# 2005 Duramax modification



## subsea78 (Sep 12, 2007)

Here is my question and what I have. I am looking to get more power and better mileage. I currently have a superchip and AFE cold air intake. I want to remove my cat on my 05 Duramax. I have already removed my muffler and it didn't make it much louder which I am happy with. I was told that my truck would get better mileage if I removed my cat is this true? If I do remove my cat will it make my truck any louder? Also if I remove my cat will I have to buy any kind of device to send a false signal to anything to keep my truck running right? I am getting 21-22mpg on the highway and 16-17 in the city now so if I can get better than I will be happy. But if you think I am maxed out then I don't mind not removing the cat. I have also been told to buy a (mouth piece from AFE) it will give me like 27hp. Has anyone done this modification to there Durmax. Any feedback will be great. I am not looking to make a speed machine just make my truck run better.



Thanks for any info..
Greg


----------



## DSL_PWR (Jul 22, 2009)

From my standpoint having owned a couple of dmax trucks, you are about capped out on mileage. You won't see much better than what you are getting now.

The mouthpiece is a toss up, some say it works and others don't but can't hurt to try. Increasing air flow and it being more unrestricted can help but I don't think you will see a significant improvement.

Yes you can remove the cat, yes it will make your truck a lot louder. A complete straight pipe system does sound pretty cool though.

If you want better mileage dump the superchips and get with BD, PPE or EFI live. Check out www.dieselplace.com and I think you will find ample reading material.
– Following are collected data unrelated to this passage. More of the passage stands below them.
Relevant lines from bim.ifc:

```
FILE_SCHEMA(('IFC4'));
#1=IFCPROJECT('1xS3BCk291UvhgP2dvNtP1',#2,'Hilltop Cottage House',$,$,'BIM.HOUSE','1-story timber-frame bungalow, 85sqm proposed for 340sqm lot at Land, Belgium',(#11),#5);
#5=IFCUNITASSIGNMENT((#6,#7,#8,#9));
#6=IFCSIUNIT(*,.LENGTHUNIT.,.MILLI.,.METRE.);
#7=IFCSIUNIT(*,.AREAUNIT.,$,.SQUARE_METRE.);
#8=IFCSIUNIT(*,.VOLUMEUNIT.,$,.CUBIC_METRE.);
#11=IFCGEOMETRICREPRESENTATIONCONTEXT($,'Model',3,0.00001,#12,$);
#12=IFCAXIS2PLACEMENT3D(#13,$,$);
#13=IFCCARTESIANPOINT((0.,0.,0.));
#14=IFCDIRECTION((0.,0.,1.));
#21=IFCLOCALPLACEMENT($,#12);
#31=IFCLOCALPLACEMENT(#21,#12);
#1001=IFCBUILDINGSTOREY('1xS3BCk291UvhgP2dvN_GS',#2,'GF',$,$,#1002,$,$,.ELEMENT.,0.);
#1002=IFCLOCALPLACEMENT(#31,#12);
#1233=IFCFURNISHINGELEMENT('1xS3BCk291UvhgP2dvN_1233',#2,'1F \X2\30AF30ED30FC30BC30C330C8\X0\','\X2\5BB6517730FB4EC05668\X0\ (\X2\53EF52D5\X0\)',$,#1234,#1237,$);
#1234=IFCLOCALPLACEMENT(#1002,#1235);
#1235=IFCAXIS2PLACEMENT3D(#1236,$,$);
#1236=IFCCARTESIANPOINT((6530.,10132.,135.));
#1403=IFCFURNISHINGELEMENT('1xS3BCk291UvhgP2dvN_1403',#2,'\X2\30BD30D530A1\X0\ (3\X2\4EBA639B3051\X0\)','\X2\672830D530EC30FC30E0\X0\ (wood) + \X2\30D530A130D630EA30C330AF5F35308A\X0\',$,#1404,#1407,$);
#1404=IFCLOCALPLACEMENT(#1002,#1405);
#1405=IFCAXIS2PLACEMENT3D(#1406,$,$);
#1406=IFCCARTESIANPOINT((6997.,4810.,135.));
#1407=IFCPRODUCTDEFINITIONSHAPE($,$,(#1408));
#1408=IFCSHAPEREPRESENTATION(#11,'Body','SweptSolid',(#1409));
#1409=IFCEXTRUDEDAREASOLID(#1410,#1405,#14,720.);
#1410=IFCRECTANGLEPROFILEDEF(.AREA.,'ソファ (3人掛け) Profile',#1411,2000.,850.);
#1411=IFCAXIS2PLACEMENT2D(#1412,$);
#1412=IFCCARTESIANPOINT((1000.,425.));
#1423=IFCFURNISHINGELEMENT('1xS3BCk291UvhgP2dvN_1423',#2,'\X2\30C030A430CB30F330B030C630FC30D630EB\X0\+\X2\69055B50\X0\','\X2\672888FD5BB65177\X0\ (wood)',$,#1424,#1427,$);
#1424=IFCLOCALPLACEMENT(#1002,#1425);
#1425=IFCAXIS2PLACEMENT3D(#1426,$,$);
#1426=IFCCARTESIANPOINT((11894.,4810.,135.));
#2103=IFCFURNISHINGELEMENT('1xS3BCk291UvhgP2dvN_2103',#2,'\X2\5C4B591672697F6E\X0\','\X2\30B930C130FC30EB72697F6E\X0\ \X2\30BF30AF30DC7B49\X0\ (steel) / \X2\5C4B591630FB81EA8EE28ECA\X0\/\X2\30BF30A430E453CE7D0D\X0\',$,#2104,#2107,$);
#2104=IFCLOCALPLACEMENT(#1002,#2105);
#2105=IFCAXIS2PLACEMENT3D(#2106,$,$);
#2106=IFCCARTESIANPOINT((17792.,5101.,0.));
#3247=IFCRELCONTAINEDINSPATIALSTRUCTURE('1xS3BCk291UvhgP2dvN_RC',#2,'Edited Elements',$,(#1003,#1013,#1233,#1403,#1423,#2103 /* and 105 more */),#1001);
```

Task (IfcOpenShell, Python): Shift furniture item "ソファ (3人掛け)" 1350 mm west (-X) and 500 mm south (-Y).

```python
import ifcopenshell
import ifcopenshell.api.geometry
import ifcopenshell.util.placement
import ifcopenshell.util.unit

model = ifcopenshell.open("bim.ifc")
unit_scale = ifcopenshell.util.unit.calculate_unit_scale(model)

item = model.by_guid("1xS3BCk291UvhgP2dvN_1403")
matrix = ifcopenshell.util.placement.get_local_placement(item.ObjectPlacement)
matrix[0, 3] -= 1.35 / unit_scale
matrix[1, 3] -= 0.5 / unit_scale
ifcopenshell.api.geometry.edit_object_placement(model, product=item, matrix=matrix, is_si=False)

print(ifcopenshell.util.placement.get_local_placement(item.ObjectPlacement).round(3) + 0.0)

model.write("bim_rev.ifc")
```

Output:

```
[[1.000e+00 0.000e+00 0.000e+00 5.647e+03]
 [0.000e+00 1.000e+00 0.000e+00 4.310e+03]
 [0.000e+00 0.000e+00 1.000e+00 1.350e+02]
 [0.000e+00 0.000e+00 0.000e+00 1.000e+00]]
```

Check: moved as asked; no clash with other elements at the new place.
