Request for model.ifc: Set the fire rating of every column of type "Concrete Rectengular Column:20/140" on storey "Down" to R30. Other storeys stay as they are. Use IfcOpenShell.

First a look at what the model holds.

```python
import ifcopenshell
import ifcopenshell.util.element

model = ifcopenshell.open("model.ifc")
print(model.schema)
storey = next(s for s in model.by_type("IfcBuildingStorey") if s.Name == "Down")
columns = [e for e in ifcopenshell.util.element.get_decomposition(storey) if e.is_a("IfcColumn")]
seen = {}
for e in columns:
    element_type = ifcopenshell.util.element.get_type(e)
    key = (element_type.Name if element_type != e and element_type else None, ifcopenshell.util.element.get_pset(e, "Pset_ColumnCommon", "FireRating"))
    seen[key] = seen.get(key, 0) + 1
for (name, value), count in sorted(seen.items(), key=str):
    print(count, "x", name, "|", value)
```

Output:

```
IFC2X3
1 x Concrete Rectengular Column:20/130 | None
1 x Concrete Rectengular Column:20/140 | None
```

```python
import ifcopenshell
import ifcopenshell.api.pset
import ifcopenshell.util.element

model = ifcopenshell.open("model.ifc")

storey = next(s for s in model.by_type("IfcBuildingStorey") if s.Name == "Down")
columns = [e for e in ifcopenshell.util.element.get_decomposition(storey) if e.is_a("IfcColumn")]

count = 0
for e in columns:
    element_type = ifcopenshell.util.element.get_type(e)
    if element_type in (None, e) or element_type.Name != "Concrete Rectengular Column:20/140":
        continue
    # add_pset returns the element's existing set when there is one.
    pset = ifcopenshell.api.pset.add_pset(model, product=e, name="Pset_ColumnCommon")
    ifcopenshell.api.pset.edit_pset(model, pset=pset, properties={"FireRating": "R30"})
    count += 1

print(count, "columns updated")

model.write("model_rev.ifc")
```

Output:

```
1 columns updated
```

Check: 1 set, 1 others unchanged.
I used to own a couple of dmax's. I had both straight piped and pushing some massive HP all while getting great mileage. I have run just about everything out there for the dmax and I think you would find the ease of use with the PPE or even Bully Dog but if you want to stay with superchips that is up to you.


----------



## bcavnar (Jul 23, 2010)

call my buddie jason over at murff racing or check out his web sight http://murffracing.com/


----------



## BIG PAPPA (Apr 1, 2008)

*YOU'RE ABOUT MAXED OUT FO SHO*

But the EFI live is a real Screamer..smoke the tires at 30 mph when rolling.
But they're pricey as well.


----------



## Tin Can (Dec 12, 2008)

Your truck will get a lot louder and you will be able to hear the turbo wistle a lot more but your truck will definitly be bale to breath better.


----------



## subsea78 (Sep 12, 2007)

Thanks for the input guys, uncertain still on if I am going to remove my cat. It sounds like the main thing I will gain out of doing it will be sound and little better air flow. For what you guys a re saying also I am topped out on my fuel mileage. Oh well wouldn't be nice to get better!!!!! 


Greg


----------



## rockyraider (Feb 1, 2006)

Be careful if you remove emissions equipment. If you have a shop that will inspect it I probably wouldn't worry but if not you could have issues. A turbo used to qualify as a muffling device but I believe the law has changed. Also, its technically illegal to remove any part of the emissions system and not replace it with a like component. You could technically be cited for it and I have heard of some Troopers who will check diesels to see if it has been straight piped. I have done all my research on Cummins and I have typically read about 1 or so mpg increases from straight piping. Most say that a quality hi flow aftermarket muffler will perform just as good without all of the excess noise. For what its worth, I've thought about straight piping my '00 Cummins but I'm afraid it might be too loud.


----------